I know this sounds systematized, but I felt really prepared, and it didn’t allow me to slip into the friend zone. I went through that flow of visit every time with every guest no matter how long I’d been seeing them or where they found me. We laughed, talked about celebrity weddings and our latest trips, but that was fit in between my flow of visit.

Step 2 – Professional Boundaries

When people ask me how much should they tell their guests about their upcoming surgery, so they know what’s going on in your life, I always have the same answer: Nothing.

When you go to your massage therapist, do you want her to tell you how the profession is taking a toll on her body? No! That massage is not about her. It’s about you coming in and having a nice time.

It’s the same thing when our guests come in to see us. You can let your clients get to know you without crossing into that friend zone. It’s so much easier to allow the service ticket price to roll off your tongue if you didn’t spend the entire visit complaining about your boyfriend. Share less about yourself and talk more about the guest.

Step 3 – The understanding that friends and family make the worst guests

Friends and family make the best people in our life. We need them in our life, but we don’t necessarily need them in our business. And generally speaking, friends and family don’t make the best clients when we’re trying to build our business.

For a lot of us, it’s how we cut our teeth. Eventually, those who have thriving careers tend to phase friends and family out. It’s not that they don’t love us; it’s like it doesn’t cross their minds that we’re there to make a living. That’s a huge part of the way that family as clients aren’t great: they just don’t put us in that professional setting.

That’s a slippery slope because as you start to friend zone your clients, they want a discount, start to flake on you at the last minute, or stop sending you referrals because you know too much. It’s not that we don’t want to have our clients open up to us, but we always want to be seen as a trusted professional.

Step 4 – Mindset

Most of you were nodding your heads and believing everything I just said, yet some of you will go back to the salon this week, and nothing will change. You won’t create the flow, the structure, or the way you talk to your guests.

I want you to remember pre-cosmetology school you. The you who was trying to find their path or maybe you knew you were going to be a hairstylist. What were you most excited about? What lit you up, knowing that you were going into this? Where did you see your career going? Maybe salon owner, platform artist, or super successful stylist who worked the schedule they wanted?

What other professional do you know who is wildly successful who discounts their customers, feels guilt over charging their worth and spills their personal gossip out? None. Did you get into this industry because you were lonely and wanted more friends? Or did you do this because you saw this as a fun and lucrative career path? 

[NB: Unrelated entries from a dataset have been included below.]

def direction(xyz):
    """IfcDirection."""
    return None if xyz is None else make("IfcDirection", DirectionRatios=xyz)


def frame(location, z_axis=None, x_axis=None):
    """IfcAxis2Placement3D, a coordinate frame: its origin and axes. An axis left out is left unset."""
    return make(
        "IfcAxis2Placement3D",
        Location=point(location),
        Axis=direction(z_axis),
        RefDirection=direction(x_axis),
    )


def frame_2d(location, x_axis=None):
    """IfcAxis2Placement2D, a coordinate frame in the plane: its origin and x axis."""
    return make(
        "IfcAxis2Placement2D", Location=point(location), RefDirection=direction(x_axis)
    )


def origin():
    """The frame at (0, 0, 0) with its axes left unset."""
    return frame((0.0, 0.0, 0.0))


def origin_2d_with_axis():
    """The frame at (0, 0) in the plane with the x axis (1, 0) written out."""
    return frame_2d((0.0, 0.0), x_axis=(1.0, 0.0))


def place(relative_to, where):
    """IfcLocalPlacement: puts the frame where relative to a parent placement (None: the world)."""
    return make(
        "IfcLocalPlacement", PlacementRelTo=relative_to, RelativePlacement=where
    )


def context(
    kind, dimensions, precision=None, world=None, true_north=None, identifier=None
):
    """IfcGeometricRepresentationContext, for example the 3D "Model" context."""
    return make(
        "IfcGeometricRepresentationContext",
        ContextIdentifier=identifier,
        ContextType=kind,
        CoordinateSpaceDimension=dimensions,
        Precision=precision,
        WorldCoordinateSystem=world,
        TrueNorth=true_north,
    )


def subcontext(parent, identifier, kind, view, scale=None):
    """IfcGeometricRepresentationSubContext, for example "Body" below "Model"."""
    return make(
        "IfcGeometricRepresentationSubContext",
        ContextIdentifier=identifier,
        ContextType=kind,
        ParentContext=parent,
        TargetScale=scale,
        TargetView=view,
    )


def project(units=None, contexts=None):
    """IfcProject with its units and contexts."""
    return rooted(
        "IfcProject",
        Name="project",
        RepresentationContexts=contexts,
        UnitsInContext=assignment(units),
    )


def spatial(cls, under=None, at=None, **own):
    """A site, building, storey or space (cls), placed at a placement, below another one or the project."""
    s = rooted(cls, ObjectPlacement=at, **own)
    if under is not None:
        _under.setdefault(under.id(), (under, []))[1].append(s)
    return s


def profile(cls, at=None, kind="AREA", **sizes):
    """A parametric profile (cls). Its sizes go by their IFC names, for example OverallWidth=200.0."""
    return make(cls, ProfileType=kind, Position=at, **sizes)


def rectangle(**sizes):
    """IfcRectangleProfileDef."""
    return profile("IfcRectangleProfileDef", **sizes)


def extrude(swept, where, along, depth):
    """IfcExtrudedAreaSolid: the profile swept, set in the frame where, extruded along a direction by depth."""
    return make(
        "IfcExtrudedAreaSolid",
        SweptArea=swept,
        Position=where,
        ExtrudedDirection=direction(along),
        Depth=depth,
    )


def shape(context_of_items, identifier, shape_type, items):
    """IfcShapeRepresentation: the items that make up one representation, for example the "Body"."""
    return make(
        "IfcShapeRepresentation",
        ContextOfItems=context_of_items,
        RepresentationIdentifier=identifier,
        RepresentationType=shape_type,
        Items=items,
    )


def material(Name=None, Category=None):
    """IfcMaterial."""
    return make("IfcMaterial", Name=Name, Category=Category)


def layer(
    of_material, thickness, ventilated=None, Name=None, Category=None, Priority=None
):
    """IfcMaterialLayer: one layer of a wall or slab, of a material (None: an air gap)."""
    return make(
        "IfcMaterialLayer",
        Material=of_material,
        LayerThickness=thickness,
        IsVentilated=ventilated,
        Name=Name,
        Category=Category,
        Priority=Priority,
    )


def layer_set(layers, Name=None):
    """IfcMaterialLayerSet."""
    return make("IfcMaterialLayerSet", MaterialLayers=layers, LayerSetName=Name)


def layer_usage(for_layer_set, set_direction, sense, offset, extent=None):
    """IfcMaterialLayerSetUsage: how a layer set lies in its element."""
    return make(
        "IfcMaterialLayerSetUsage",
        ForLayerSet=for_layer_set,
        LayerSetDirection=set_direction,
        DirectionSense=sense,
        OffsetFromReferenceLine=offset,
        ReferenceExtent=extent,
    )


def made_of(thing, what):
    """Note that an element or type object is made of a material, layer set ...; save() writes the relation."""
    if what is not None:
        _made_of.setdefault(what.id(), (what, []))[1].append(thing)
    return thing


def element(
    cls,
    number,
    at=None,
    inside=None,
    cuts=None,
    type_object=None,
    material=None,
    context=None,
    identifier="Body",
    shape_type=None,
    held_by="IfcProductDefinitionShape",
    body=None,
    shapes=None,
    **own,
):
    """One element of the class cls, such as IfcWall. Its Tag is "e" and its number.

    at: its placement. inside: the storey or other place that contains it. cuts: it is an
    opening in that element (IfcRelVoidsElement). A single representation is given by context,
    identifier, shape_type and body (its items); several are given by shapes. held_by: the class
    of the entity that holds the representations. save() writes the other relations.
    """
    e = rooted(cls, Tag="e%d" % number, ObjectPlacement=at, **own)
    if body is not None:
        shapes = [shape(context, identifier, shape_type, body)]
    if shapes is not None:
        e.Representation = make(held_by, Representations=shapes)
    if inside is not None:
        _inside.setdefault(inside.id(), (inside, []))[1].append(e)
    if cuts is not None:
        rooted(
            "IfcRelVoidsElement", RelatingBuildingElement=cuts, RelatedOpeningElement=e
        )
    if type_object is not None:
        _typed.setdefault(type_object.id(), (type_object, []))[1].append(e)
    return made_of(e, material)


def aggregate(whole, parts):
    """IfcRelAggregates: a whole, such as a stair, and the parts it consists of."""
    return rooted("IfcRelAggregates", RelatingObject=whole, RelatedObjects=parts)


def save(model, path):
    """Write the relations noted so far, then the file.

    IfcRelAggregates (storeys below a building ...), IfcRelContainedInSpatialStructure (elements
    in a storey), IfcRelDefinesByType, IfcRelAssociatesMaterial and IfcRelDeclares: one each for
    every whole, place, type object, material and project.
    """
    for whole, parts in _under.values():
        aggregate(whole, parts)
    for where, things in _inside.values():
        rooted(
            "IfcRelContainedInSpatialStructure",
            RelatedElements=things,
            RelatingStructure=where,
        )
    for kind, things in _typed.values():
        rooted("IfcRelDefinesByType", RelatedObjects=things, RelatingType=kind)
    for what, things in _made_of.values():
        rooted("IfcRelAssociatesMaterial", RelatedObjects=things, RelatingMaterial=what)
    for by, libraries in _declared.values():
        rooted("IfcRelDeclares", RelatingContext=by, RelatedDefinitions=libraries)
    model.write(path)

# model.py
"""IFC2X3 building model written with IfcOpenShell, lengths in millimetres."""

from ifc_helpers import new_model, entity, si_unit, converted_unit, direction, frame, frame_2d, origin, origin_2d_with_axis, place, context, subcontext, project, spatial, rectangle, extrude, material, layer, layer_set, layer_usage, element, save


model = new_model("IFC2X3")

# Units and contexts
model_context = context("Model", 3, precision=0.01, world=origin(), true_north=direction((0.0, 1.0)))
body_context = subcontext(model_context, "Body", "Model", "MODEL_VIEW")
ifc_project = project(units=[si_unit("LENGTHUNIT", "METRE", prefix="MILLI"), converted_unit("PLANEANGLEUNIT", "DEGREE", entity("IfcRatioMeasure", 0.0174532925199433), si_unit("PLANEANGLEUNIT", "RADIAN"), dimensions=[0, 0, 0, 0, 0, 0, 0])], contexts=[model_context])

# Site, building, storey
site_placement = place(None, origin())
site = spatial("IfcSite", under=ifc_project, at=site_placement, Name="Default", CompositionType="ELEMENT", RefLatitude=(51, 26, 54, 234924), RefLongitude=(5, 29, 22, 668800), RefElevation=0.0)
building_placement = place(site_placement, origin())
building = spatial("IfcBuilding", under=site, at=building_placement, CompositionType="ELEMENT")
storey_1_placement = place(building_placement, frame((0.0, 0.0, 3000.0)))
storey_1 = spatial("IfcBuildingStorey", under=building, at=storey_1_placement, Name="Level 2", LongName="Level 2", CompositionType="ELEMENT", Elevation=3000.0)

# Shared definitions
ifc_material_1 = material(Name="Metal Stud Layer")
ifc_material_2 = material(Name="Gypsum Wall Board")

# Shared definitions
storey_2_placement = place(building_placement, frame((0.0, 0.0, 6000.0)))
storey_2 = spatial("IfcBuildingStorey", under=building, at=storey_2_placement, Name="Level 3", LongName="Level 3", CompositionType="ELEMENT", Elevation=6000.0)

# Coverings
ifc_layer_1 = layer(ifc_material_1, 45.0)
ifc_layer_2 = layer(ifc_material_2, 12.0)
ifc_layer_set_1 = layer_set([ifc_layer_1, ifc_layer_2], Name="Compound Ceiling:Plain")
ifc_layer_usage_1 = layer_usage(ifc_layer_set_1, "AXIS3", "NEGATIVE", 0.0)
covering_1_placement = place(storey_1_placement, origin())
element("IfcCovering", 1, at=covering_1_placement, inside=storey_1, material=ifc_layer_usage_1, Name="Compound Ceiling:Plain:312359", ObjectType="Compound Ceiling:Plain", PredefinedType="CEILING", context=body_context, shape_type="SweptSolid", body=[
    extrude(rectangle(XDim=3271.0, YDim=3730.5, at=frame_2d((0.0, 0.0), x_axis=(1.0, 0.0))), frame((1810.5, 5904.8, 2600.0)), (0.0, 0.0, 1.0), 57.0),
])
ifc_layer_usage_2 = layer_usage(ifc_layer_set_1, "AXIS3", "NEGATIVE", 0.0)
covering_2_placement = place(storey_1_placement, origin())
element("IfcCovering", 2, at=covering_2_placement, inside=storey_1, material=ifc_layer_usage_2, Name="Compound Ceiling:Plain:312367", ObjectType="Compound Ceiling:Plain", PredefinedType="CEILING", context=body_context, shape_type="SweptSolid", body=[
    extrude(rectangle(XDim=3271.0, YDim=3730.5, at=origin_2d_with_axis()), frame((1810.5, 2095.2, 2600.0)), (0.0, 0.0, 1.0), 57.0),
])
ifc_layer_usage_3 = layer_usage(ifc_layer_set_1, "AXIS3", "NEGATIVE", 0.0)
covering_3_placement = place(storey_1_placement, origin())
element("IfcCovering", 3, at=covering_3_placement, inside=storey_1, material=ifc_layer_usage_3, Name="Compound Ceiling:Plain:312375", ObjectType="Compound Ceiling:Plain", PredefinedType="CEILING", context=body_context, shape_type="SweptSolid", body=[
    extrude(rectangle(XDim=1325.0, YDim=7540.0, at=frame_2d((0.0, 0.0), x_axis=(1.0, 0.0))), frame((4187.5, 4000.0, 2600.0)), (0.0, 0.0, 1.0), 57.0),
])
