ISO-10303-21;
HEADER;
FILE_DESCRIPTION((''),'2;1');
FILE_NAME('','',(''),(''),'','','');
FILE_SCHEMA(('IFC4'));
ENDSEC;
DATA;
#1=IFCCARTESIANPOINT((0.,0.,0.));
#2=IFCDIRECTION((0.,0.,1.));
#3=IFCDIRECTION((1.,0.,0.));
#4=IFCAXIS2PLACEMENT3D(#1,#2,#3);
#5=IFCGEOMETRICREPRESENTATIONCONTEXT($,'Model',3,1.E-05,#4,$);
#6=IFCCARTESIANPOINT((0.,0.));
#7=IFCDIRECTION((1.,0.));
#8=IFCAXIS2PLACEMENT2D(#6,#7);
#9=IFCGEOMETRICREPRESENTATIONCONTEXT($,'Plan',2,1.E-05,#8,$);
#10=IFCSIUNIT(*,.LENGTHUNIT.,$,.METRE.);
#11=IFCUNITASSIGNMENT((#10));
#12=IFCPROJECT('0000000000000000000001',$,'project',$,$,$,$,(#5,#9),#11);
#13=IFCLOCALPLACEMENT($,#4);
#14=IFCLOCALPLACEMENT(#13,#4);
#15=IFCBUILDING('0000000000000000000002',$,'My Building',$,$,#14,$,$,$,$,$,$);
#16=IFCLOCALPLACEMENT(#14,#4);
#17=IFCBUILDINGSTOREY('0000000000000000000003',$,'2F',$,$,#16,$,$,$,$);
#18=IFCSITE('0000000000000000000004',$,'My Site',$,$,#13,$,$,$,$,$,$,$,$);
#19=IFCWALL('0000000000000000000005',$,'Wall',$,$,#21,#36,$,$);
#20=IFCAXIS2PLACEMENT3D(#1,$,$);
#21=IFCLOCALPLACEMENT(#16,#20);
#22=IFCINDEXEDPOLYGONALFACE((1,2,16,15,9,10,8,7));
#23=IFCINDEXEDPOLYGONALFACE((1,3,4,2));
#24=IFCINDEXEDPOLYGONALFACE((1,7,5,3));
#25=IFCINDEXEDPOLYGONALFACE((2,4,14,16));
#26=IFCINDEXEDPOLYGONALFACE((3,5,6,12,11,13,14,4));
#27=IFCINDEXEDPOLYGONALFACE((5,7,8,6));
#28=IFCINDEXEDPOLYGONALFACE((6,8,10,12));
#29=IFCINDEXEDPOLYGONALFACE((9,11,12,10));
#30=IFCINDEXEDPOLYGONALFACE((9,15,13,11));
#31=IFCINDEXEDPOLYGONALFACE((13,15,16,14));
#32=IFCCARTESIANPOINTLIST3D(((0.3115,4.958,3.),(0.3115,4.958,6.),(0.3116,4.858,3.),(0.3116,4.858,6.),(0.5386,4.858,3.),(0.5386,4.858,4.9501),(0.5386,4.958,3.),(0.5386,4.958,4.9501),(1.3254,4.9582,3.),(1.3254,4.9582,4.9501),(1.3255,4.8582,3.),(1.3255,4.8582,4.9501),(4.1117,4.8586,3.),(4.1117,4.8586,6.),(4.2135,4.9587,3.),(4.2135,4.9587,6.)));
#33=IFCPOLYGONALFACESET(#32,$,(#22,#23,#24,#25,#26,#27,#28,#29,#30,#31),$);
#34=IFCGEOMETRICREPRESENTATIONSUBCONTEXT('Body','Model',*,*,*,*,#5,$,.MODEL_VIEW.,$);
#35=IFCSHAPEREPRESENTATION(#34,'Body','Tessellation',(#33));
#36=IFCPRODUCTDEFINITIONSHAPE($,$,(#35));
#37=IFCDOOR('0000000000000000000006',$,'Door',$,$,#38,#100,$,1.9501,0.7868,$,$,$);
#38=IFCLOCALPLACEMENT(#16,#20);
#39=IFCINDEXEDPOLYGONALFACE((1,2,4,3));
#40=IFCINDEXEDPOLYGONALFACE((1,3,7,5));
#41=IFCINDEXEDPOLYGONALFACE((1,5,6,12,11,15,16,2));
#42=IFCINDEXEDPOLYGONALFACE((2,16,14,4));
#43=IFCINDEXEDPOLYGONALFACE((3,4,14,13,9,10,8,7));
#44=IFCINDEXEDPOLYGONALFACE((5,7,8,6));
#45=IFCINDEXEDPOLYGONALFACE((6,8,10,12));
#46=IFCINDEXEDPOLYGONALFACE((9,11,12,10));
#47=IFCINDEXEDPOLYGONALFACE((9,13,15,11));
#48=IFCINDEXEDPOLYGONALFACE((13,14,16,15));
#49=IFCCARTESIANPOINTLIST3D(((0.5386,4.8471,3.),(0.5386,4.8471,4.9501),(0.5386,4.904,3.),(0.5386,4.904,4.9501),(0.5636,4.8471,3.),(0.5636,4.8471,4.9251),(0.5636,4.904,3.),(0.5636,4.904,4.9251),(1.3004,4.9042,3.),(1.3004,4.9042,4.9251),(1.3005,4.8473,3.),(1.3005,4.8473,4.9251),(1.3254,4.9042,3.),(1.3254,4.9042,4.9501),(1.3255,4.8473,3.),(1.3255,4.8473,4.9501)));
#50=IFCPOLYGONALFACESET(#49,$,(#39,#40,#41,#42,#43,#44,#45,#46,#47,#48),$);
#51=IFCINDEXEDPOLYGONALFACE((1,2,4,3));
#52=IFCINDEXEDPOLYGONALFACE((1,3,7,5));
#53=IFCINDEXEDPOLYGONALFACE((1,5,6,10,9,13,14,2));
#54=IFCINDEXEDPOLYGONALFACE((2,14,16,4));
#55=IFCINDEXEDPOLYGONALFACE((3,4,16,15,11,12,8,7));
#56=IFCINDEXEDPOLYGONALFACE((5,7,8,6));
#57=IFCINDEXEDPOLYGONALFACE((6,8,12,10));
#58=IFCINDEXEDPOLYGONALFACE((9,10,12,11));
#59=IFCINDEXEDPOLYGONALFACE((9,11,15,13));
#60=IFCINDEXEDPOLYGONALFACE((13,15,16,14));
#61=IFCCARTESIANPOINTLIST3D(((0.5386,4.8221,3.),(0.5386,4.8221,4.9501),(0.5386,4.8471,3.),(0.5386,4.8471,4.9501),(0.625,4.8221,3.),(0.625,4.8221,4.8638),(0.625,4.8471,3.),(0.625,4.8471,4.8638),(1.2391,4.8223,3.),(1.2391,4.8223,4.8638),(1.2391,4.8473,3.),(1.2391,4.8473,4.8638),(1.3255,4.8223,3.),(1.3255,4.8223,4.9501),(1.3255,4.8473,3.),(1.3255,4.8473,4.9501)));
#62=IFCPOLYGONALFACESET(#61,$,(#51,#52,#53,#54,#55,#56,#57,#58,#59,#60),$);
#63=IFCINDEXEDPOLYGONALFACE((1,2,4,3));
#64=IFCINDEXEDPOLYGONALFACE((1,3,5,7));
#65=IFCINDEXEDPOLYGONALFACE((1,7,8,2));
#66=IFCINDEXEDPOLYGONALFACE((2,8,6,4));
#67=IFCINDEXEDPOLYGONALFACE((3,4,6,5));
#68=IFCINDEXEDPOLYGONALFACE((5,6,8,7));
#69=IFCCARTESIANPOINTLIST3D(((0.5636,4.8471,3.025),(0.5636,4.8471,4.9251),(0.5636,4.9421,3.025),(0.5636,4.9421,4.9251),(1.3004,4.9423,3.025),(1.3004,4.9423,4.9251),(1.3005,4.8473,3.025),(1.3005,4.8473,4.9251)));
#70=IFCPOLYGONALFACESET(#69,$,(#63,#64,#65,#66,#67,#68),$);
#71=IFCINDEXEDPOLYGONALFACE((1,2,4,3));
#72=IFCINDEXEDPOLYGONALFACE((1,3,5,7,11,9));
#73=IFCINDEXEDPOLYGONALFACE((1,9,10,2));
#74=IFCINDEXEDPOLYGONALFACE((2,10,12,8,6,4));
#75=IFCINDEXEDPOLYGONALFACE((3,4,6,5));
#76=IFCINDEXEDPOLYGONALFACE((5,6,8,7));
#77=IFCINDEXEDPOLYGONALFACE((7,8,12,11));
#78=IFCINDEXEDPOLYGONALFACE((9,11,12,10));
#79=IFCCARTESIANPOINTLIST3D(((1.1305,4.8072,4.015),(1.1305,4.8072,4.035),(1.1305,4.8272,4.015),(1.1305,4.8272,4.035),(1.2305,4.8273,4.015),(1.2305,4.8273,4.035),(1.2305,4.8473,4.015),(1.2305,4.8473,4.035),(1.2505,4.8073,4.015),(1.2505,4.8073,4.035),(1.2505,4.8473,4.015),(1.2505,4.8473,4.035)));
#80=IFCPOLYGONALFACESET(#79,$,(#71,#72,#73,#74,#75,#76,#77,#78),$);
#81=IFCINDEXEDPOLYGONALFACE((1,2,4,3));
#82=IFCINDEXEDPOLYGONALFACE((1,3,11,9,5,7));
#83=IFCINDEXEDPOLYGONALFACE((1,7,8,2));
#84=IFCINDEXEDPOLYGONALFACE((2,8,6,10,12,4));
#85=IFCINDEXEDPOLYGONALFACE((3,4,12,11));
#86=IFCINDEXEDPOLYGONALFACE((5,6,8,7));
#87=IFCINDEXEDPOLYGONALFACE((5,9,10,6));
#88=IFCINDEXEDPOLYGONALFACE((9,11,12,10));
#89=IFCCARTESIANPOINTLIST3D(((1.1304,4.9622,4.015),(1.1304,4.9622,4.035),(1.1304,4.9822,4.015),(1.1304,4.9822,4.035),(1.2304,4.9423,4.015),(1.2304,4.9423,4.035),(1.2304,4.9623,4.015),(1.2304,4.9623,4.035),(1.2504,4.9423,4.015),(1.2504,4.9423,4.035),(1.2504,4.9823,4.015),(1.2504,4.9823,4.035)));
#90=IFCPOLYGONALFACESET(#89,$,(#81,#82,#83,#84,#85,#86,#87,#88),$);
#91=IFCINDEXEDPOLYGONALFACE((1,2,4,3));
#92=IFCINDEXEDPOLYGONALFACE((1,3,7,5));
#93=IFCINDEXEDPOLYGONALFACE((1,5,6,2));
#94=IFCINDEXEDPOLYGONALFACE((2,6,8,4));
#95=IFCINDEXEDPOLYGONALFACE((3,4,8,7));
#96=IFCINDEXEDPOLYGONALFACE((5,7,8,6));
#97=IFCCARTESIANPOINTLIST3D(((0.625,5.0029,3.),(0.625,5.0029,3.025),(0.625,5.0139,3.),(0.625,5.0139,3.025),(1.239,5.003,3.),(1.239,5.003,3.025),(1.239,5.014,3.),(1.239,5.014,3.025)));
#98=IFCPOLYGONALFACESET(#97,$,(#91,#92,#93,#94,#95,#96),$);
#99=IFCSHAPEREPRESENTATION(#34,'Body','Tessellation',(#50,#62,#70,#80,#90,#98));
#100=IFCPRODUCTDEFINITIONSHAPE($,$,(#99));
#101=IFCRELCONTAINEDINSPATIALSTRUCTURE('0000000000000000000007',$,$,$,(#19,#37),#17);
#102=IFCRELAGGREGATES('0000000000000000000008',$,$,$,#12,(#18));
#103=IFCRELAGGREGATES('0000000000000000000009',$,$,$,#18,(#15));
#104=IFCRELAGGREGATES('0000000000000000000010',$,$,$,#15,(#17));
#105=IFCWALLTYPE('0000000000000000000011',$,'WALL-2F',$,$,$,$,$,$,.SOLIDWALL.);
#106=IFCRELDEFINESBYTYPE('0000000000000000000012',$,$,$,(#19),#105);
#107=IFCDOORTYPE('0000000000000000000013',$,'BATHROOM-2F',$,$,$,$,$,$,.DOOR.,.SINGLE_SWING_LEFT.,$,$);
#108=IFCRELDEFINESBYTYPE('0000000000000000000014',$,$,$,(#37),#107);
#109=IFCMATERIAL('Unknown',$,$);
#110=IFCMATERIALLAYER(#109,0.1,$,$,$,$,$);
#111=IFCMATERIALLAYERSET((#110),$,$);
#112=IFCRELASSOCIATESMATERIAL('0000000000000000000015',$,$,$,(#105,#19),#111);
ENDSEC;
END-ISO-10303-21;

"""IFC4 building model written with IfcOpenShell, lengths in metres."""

from ifc_helpers import new_model, entity, si_unit, frame, origin_with_axes, origin_2d_with_axis, place, context, subcontext, project, spatial, line, indexed_curve, outline, extrude, shape, source, transform, mapped, material, layer, layer_set, layer_usage, type_object, type_shapes, element, fill, save


model = new_model("IFC4")

# Units and contexts
model_context = context("Model", 3, precision=1e-05, world=origin_with_axes())
plan_context = context("Plan", 2, precision=1e-05, world=origin_2d_with_axis())
body_context_1 = subcontext(model_context, "Body", "Model", "MODEL_VIEW")
body_context_2 = subcontext(plan_context, "Body", "Plan", "PLAN_VIEW")
ifc_project = project(units=[si_unit("LENGTHUNIT", "METRE")], contexts=[model_context, plan_context])

# Site, building, storey
site_placement = place(None, origin_with_axes())
site = spatial("IfcSite", under=ifc_project, at=site_placement, Name="My Site")
building_placement = place(site_placement, origin_with_axes())
building = spatial("IfcBuilding", under=site, at=building_placement, Name="My Building")
storey_placement = place(building_placement, origin_with_axes())
storey = spatial("IfcBuildingStorey", under=building, at=storey_placement, Name="2F")

# Shared definitions
ifc_material = material(Name="Unknown")

# Shared definitions
ifc_layer_1 = layer(ifc_material, 0.1)
ifc_layer_set_1 = layer_set([ifc_layer_1])
wall_type_1 = type_object("IfcWallType", Name="WALL-2F", PredefinedType="SOLIDWALL", material=ifc_layer_set_1)

# Wall, opening, door
ifc_layer_usage_1 = layer_usage(ifc_layer_set_1, "AXIS2", "POSITIVE", 0.0)
wall_1_placement = place(storey_placement, frame((4.2135, 4.9587, 3.0), z_axis=(0.0, 0.0, 1.0), x_axis=(-1.0, -0.000176, 0.0)))
wall_1 = element("IfcWall", 1, at=wall_1_placement, inside=storey, type_object=wall_type_1, material=ifc_layer_usage_1, Name="Wall", context=body_context_1, shape_type="SweptSolid", body=[
    extrude(outline(indexed_curve([(0.0, 0.0), (0.1018, 0.1), (3.9019, 0.1), (3.9019, 0.0)], segments=[line(1, 2, 3, 4, 1)])), origin_with_axes(), (0.0, 0.0, 1.0), 3.0),
])
shared_shape_1 = source(origin_with_axes(), body_context_1, "Body", "SweptSolid", [
    extrude(outline(indexed_curve([(0.0, 0.0), (0.7868, 0.0), (0.7868, 1.9501), (0.0, 1.9501)], segments=[line(1, 2, 3, 4, 1)])), frame((0.0, -0.6, 0.0), z_axis=(0.0, -1.0, 0.0), x_axis=(1.0, 0.0, 0.0)), (0.0, 0.0, -1.0), 1.2),
])
opening_1_placement = place(wall_1_placement, frame((3.6749, 0.1, 0.0), z_axis=(0.0, 0.0, 1.0), x_axis=(-1.0, 0.0, 0.0)))
opening_1 = element("IfcOpeningElement", 2, at=opening_1_placement, cuts=wall_1, PredefinedType="OPENING", context=body_context_1, shape_type="MappedRepresentation", body=[
    mapped(shared_shape_1, transform((0.0, 0.0, 0.0), x_axis=(1.0, 0.0, 0.0), y_axis=(0.0, 1.0, 0.0), z_axis=(0.0, 0.0, 1.0), scale=1.0)),
])
door_type_1 = type_object("IfcDoorType", Name="BATHROOM-2F", OperationType="SINGLE_SWING_LEFT", PredefinedType="DOOR")
shared_shape_2 = source(origin_with_axes(), body_context_1, "Body", "SweptSolid", [
    extrude(outline(indexed_curve([(0.0, 0.0), (0.0, 1.9501), (0.7868, 1.9501), (0.7868, 0.0), (0.7618, 0.0), (0.7618, 1.9251), (0.025, 1.9251), (0.025, 0.0)], segments=[line(1, 2, 3, 4, 5, 6, 7, 8, 1)])), frame((0.0, 0.0093, 0.0), z_axis=(0.0, -1.0, 0.0), x_axis=(1.0, 0.0, 0.0)), (0.0, 0.0, -1.0), 0.0569),
    extrude(outline(indexed_curve([(0.0, 0.0), (0.0, 1.9501), (0.7868, 1.9501), (0.7868, 0.0), (0.7005, 0.0), (0.7005, 1.8638), (0.0864, 1.8638), (0.0864, 0.0)], segments=[line(1, 2, 3, 4, 5, 6, 7, 8, 1)])), frame((0.0, -0.0157, 0.0), z_axis=(0.0, -1.0, 0.0), x_axis=(1.0, 0.0, 0.0)), (0.0, 0.0, -1.0), 0.025),
    extrude(outline(indexed_curve([(0.0, 0.0), (0.7368, 0.0), (0.7368, 0.095), (0.0, 0.095)], segments=[line(1, 2, 3, 4, 1)])), frame((0.025, 0.0093, 0.025), z_axis=(0.0, 0.0, 1.0), x_axis=(1.0, 0.0, 0.0)), (0.0, 0.0, 1.0), 1.9001),
    extrude(outline(indexed_curve([(0.0, 0.0), (0.0, -0.04), (-0.12, -0.04), (-0.12, -0.02), (-0.02, -0.02), (-0.02, 0.0)], segments=[line(1, 2, 3, 4, 5, 6, 1)])), frame((0.7118, 0.0093, 1.015), z_axis=(0.0, 0.0, 1.0), x_axis=(1.0, 0.0, 0.0)), (0.0, 0.0, 1.0), 0.02),
    extrude(outline(indexed_curve([(0.0, 0.0), (0.0, 0.04), (-0.12, 0.04), (-0.12, 0.02), (-0.02, 0.02), (-0.02, 0.0)], segments=[line(1, 2, 3, 4, 5, 6, 1)])), frame((0.7118, 0.1043, 1.015), z_axis=(0.0, 0.0, 1.0), x_axis=(1.0, 0.0, 0.0)), (0.0, 0.0, 1.0), 0.02),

Because if it was to make more friends, stop showing up to the salon every day and invite your friends over for wine and hair. Trust me, they’ll show up by the truckload to do that with you. But if you saw this as a lucrative career path, you have to change how you’re doing things. You have no choice.

 If you want to start making more money this year, you have to start charging more. You have to start asking for referrals and get confident in selling retail. You have to shift the way you take care of your guests, so you’re not in the friend zone, you’re an amazing professional your clients can’t wait to recommend.

I want you to commit to looking your role in the salon at this as a career. Not a hobby, not a cool job, but a career. When you look at this as your livelihood, decide how it’s going to play out for you and start making the right decisions to get you there. When you get clear on that, it will 110% change the decisions you make.